During testing, the entire fully trained model is used, and no nodes dropped, so we have a much better trained model. 

We will be using a method called Inverted Dropout to achieve dropout Regularization.

### 1.1 Implementation of Dropout: Inverted Dropout

Consider the $l^{th}$ layer $L^{[l]}$ in the training sequence. The task is to effectively Zero out random features or activities in this Layer. For this, we will use a **Dropout** vector, denoted by $d^{[l]}$ 

The vector $d^{[l]}$ consists of 0s and 1s, with the probability of any element being 1, given by $p_{keep}^{[l]}$ and having the same shape as $a^{[l]}$

> Exercise: Create the required dropout vector, with the shape same as $a^{[l]}$, and with probability of any element being 0.7
Hint: Use np.random.rand and the astype('float') method

In [None]:
a_l = np.random.randn(7, 6) * 0.01
keep_prob = 0.7

d_l = np.ones((7,6))
d_1 = d_1*keep_prob

This, $d^{[l]}$ vector is multiplied with $a^{[l]}$, elementwise. Now, to maintain the same 'size' of the feature vector, we scale up $a^{[l]}$, by dividing by the $p_{keep}^{[l]}$

> Exercise: Perform the dropout on the feature vector a_l, and scale it up.

In [None]:
a_l *= None
a_l /= None

**Note: Only use dropout when training your model. Using dropout during testing/validation/production phase adds noise into the Results.**

### 1.2 Using Dropout to Effectively reduce Overfitting

A rule of thumb, is that to reduce overfitting, the layers with the more nodes have a lower $p_{keep}^{[l]}$. Consider you have a model with the following architecture (3, 8, 9, 7, 2, 1). 
Then you can have:
1. $p_{keep}^{[1]} = 1$
1. $p_{keep}^{[2]} = 0.7$
1. $p_{keep}^{[3]} = 0.5$
1. $p_{keep}^{[4]} = 0.7$
1. $p_{keep}^{[5]} = 1$
1. $p_{keep}^{[6]} = 1$

The intuition behind this can be that decreasing the probability of keeping a neuron reduces the chances of overfitting the huge matrix. 

### 1.3 Disadvantages
1. Dropout fucks with cost functions. (Why?) So calculate cost keeping $p_{keep}^{[l]} = 1 \forall l \in [1, L]$

## 2. Batch Normalization

Batch Normalization is the process of Normalizing each feature of the batch, to have Mean 0 and Variance 1 and optionally changing the Mean and Variance to some other value. 
Consider the Layer, $l$:

1. Calculating the Mean of the m training samples of each feature:

$$ \mu^{[l]} = \frac{1}{m} \sum_{i = 1}^m Z^{[l](i)} $$

1. Calculating the Variance of the m training samples of each feature:

$$ (\sigma^{[l]})^2 = \frac{1}{m} \sum_{i = 1}^m (Z^{[l](i)} -  \mu^{[l]}) $$

3. Normalize each feature of the training sample

$$ Z^{[l](i)}_{norm} = \frac{Z^{[l](i)} - \mu^{[l](i)}}{ \sigma^{[l](i)} + \epsilon } $$

4. Modify the mean and Variance of each feature (Optional, can sometimes lead to better results)
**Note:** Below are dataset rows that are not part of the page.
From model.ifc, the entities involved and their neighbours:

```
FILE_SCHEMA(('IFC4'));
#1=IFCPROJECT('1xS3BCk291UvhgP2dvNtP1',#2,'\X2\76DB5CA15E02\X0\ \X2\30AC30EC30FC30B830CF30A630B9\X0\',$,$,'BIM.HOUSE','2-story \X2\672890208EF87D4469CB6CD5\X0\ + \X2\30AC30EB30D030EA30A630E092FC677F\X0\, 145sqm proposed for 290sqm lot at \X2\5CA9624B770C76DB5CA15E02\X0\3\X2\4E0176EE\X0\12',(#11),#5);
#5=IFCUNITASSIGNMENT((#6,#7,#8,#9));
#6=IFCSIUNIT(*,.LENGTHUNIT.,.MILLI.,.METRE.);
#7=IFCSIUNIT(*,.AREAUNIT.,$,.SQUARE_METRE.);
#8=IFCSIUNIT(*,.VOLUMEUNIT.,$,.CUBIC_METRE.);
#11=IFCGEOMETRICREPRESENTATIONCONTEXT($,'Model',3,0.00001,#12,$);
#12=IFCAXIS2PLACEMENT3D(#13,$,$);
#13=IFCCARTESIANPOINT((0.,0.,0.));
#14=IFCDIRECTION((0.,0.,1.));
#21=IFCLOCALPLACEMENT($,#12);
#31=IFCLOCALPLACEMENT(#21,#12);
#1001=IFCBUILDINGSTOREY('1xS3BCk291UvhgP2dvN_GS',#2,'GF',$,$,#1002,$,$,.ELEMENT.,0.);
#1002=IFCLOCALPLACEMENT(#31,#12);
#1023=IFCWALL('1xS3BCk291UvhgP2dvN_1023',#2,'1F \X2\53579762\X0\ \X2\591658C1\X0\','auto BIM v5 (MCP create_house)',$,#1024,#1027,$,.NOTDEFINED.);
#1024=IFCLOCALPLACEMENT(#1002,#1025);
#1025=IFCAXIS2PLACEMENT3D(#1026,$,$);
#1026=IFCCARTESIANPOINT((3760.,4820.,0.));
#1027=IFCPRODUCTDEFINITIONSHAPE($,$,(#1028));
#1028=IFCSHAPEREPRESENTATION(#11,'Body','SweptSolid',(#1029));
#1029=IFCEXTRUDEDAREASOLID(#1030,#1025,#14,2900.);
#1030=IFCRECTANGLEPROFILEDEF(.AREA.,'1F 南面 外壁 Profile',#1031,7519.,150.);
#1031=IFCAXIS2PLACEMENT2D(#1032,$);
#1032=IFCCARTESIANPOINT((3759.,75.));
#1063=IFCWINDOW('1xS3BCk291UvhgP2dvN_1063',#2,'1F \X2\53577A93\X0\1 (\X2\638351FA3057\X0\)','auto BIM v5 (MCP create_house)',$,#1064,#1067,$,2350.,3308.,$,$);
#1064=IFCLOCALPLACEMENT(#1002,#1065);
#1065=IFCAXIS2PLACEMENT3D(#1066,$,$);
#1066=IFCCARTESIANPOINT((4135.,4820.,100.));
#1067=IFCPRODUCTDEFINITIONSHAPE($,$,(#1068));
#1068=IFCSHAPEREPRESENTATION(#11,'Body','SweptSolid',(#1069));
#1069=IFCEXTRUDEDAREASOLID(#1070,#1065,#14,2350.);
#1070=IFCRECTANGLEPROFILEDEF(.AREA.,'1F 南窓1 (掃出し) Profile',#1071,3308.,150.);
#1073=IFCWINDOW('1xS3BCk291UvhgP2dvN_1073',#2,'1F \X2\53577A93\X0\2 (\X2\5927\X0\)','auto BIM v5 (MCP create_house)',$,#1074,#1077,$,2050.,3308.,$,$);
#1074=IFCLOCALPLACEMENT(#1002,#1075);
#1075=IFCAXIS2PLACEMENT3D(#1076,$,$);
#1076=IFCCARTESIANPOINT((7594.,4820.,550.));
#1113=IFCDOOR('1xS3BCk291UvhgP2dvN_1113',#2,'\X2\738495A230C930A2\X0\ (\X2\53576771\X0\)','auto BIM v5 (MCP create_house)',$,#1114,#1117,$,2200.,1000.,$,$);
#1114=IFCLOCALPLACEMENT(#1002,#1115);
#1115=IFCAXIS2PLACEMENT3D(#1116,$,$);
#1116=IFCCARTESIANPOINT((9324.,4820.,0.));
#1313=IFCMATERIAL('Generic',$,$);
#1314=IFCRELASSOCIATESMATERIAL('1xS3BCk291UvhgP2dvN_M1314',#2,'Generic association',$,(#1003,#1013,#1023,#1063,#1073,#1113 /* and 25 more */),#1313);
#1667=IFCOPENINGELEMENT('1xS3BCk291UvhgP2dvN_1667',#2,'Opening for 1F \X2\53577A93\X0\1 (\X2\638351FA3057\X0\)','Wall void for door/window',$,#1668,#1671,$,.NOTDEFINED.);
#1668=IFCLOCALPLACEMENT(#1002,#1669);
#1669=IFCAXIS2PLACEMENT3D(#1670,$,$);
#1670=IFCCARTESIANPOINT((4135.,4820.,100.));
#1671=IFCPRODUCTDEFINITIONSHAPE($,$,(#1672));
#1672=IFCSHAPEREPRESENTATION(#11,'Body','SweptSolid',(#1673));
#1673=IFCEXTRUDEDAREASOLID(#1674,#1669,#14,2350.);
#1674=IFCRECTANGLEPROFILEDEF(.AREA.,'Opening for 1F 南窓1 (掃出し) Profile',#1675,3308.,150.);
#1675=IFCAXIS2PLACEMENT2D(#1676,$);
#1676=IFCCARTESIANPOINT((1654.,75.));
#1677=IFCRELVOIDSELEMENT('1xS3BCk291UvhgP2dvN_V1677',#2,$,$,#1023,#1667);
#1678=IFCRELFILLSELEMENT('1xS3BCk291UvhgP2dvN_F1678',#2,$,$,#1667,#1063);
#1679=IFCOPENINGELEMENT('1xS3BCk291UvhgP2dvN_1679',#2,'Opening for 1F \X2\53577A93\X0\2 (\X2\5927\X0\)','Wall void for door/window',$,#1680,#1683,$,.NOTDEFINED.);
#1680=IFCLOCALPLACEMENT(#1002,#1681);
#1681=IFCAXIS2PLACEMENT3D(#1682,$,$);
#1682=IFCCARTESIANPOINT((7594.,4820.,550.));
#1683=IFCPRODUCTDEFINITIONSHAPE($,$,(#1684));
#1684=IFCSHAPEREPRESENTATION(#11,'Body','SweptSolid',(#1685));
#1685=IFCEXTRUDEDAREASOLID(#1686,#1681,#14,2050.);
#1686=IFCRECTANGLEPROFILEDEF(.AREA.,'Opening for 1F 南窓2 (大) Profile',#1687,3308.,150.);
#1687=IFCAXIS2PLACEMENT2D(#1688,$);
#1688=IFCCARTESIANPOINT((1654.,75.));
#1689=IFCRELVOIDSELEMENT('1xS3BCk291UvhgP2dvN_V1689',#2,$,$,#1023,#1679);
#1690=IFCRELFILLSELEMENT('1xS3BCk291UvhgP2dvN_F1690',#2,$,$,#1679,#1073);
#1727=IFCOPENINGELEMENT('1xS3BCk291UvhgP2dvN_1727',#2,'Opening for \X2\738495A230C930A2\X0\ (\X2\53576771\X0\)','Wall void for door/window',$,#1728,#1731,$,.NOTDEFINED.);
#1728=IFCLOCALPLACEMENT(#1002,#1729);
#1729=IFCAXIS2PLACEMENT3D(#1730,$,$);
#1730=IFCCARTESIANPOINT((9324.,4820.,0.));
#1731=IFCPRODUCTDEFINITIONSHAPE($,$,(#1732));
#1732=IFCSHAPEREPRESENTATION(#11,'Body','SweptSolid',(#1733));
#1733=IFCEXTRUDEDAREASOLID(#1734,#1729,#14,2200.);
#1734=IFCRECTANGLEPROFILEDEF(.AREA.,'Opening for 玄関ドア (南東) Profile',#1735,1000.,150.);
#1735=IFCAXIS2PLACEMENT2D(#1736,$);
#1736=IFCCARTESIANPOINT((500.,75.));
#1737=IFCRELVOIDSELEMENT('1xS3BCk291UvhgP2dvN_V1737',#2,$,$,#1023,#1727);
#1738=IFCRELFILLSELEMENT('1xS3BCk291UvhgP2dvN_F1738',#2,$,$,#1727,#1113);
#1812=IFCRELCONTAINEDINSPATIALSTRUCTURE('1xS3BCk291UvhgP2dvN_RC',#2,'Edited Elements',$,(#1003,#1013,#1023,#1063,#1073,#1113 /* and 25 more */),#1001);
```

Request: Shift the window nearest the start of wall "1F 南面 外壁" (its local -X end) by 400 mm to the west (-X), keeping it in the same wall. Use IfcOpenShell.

```python
import ifcopenshell
import ifcopenshell.api.geometry
import ifcopenshell.util.placement

model = ifcopenshell.open("model.ifc")

window = model.by_id(1063)
opening = window.FillsVoids[0].RelatingOpeningElement
wall = opening.VoidsElements[0].RelatingBuildingElement

wall_matrix = ifcopenshell.util.placement.get_local_placement(wall.ObjectPlacement)
shift = wall_matrix[:3, 0] * -400.0
before = ifcopenshell.util.placement.get_local_placement(window.ObjectPlacement)[:3, 3].copy()

# The window is not placed relative to its opening, so move both.
for product in (opening, window):
    matrix = ifcopenshell.util.placement.get_local_placement(product.ObjectPlacement)
    matrix[:3, 3] += shift
    ifcopenshell.api.geometry.edit_object_placement(model, product=product, matrix=matrix, is_si=False)

after = ifcopenshell.util.placement.get_local_placement(window.ObjectPlacement)[:3, 3]
print("window moved by", (after - before).round(3) + 0.0)

model.write("model_rev.ifc")
```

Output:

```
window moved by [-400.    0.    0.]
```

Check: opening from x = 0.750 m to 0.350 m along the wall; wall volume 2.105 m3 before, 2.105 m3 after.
$$ \tilde Z^{[l](i)} = \gamma^{[l]} * Z^{[l](i)}_{norm} + \beta^{[l]} $$

5. Proceed with the next equations just as you would, but replace $ Z^{[l](i)} $ with $ \tilde Z^{[l](i)} $, eg:

$$ A^{[l]} = g^{[l]}(\tilde Z^{[l]}) $$

6. $\gamma^{[l]}$ and $\beta^{[l]} $ are trainable parameters, similar to $W^{[l]}$ and $b^{[l]}$. So optimize them as well. For example if you use Gradient Descent:

$$ \beta ^{[l]} = \beta^{[l]} - \alpha \frac{\partial J}{\partial \beta^{[l]}} $$



### Observations about Batch Normalization

1. Consider the primary forward pass equaion,

$$ Z^{[l]} = W^{[l]} \cdot A^{[l-1]} + b^{[l]} $$

Calculating the mean, always results in cancelling out the addition of the bias vector. Which means that it's presence is not required and can be effectively removed. 

2. $ Z^{[l]} $, $ b^{[l]} $, $ \beta^{[l]} $ and $\gamma^{[l]}$ have the same shape: $(n^{[l]}, 1)$ due to the element wise products and additions being done. 
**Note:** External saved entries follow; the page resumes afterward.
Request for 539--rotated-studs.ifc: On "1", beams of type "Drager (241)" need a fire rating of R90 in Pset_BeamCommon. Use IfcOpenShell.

First a look at what the model holds.

```python
import ifcopenshell
import ifcopenshell.util.element

model = ifcopenshell.open("539--rotated-studs.ifc")
print(model.schema)
storey = next(s for s in model.by_type("IfcBuildingStorey") if s.Name == "1")
beams = [e for e in ifcopenshell.util.element.get_decomposition(storey) if e.is_a("IfcBeam")]
seen = {}
for e in beams:
    element_type = ifcopenshell.util.element.get_type(e)
    key = (element_type.Name if element_type != e and element_type else None, ifcopenshell.util.element.get_pset(e, "Pset_BeamCommon", "FireRating"))
    seen[key] = seen.get(key, 0) + 1
for (name, value), count in sorted(seen.items(), key=str):
    print(count, "x", name, "|", value)
```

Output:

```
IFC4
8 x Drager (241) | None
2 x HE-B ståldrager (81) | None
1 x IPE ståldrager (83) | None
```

```python
import ifcopenshell
import ifcopenshell.api.pset
import ifcopenshell.util.element

model = ifcopenshell.open("539--rotated-studs.ifc")

storey = next(s for s in model.by_type("IfcBuildingStorey") if s.Name == "1")
beams = [e for e in ifcopenshell.util.element.get_decomposition(storey) if e.is_a("IfcBeam")]

count = 0
for e in beams:
    element_type = ifcopenshell.util.element.get_type(e)
    if element_type in (None, e) or element_type.Name != "Drager (241)":
        continue
    # add_pset returns the element's existing set when there is one.
    pset = ifcopenshell.api.pset.add_pset(model, product=e, name="Pset_BeamCommon")
    ifcopenshell.api.pset.edit_pset(model, pset=pset, properties={"FireRating": "R90"})
    count += 1

print(count, "beams updated")

model.write("539--rotated-studs-out.ifc")
```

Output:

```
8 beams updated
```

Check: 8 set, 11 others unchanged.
2. Batch Normalization has slight Regularization effect, but it must not be used intentionally for that. The source of the regularizing effect is the noise in $\mu$ and $\sigma$

3. Batch Normalization makes a model more robust to be able to deal with covariate shift. Please check online for what covariate shift means. 
> A quick explanation can be found in Andrew NG's Improving Deep Learning Models Course on Coursera.

4. When performing training, keep an exponentially weighted moving average of the  $\mu^{[l]}$ and $\sigma^{[l]}$ of training samples that you encounter,  $\mu^{[l]}_{avg}$ and $\sigma^{[l]}_{avg}$. These $ \mu^{[l]}_{avg}$ and $\sigma^{[l]}_{avg} $ will be used in testing/validation/production. 

> For Batch Gradient Descent, $\mu^{[l]}_{avg} = \mu^{[l]}$ and $\sigma^{[l]}_{avg} = \sigma^{[l]}$ due to the same dataaset being passed each epoch.

> Exponentially weighted moving average can be calculated using the following formula:
$$ V_t = \beta V_{t-1} + (1 - \beta)\theta_t $$ where, 
1. $V_t$ is the moving average at the $ t^{th} $ iteration
2. $V_0 = 0$
2. $ \theta_t $ is the next value to be added
3. $ \beta \in [0, 1) $ dictates the effect of the current value, $\theta_t$ on the moving average,  $V_t$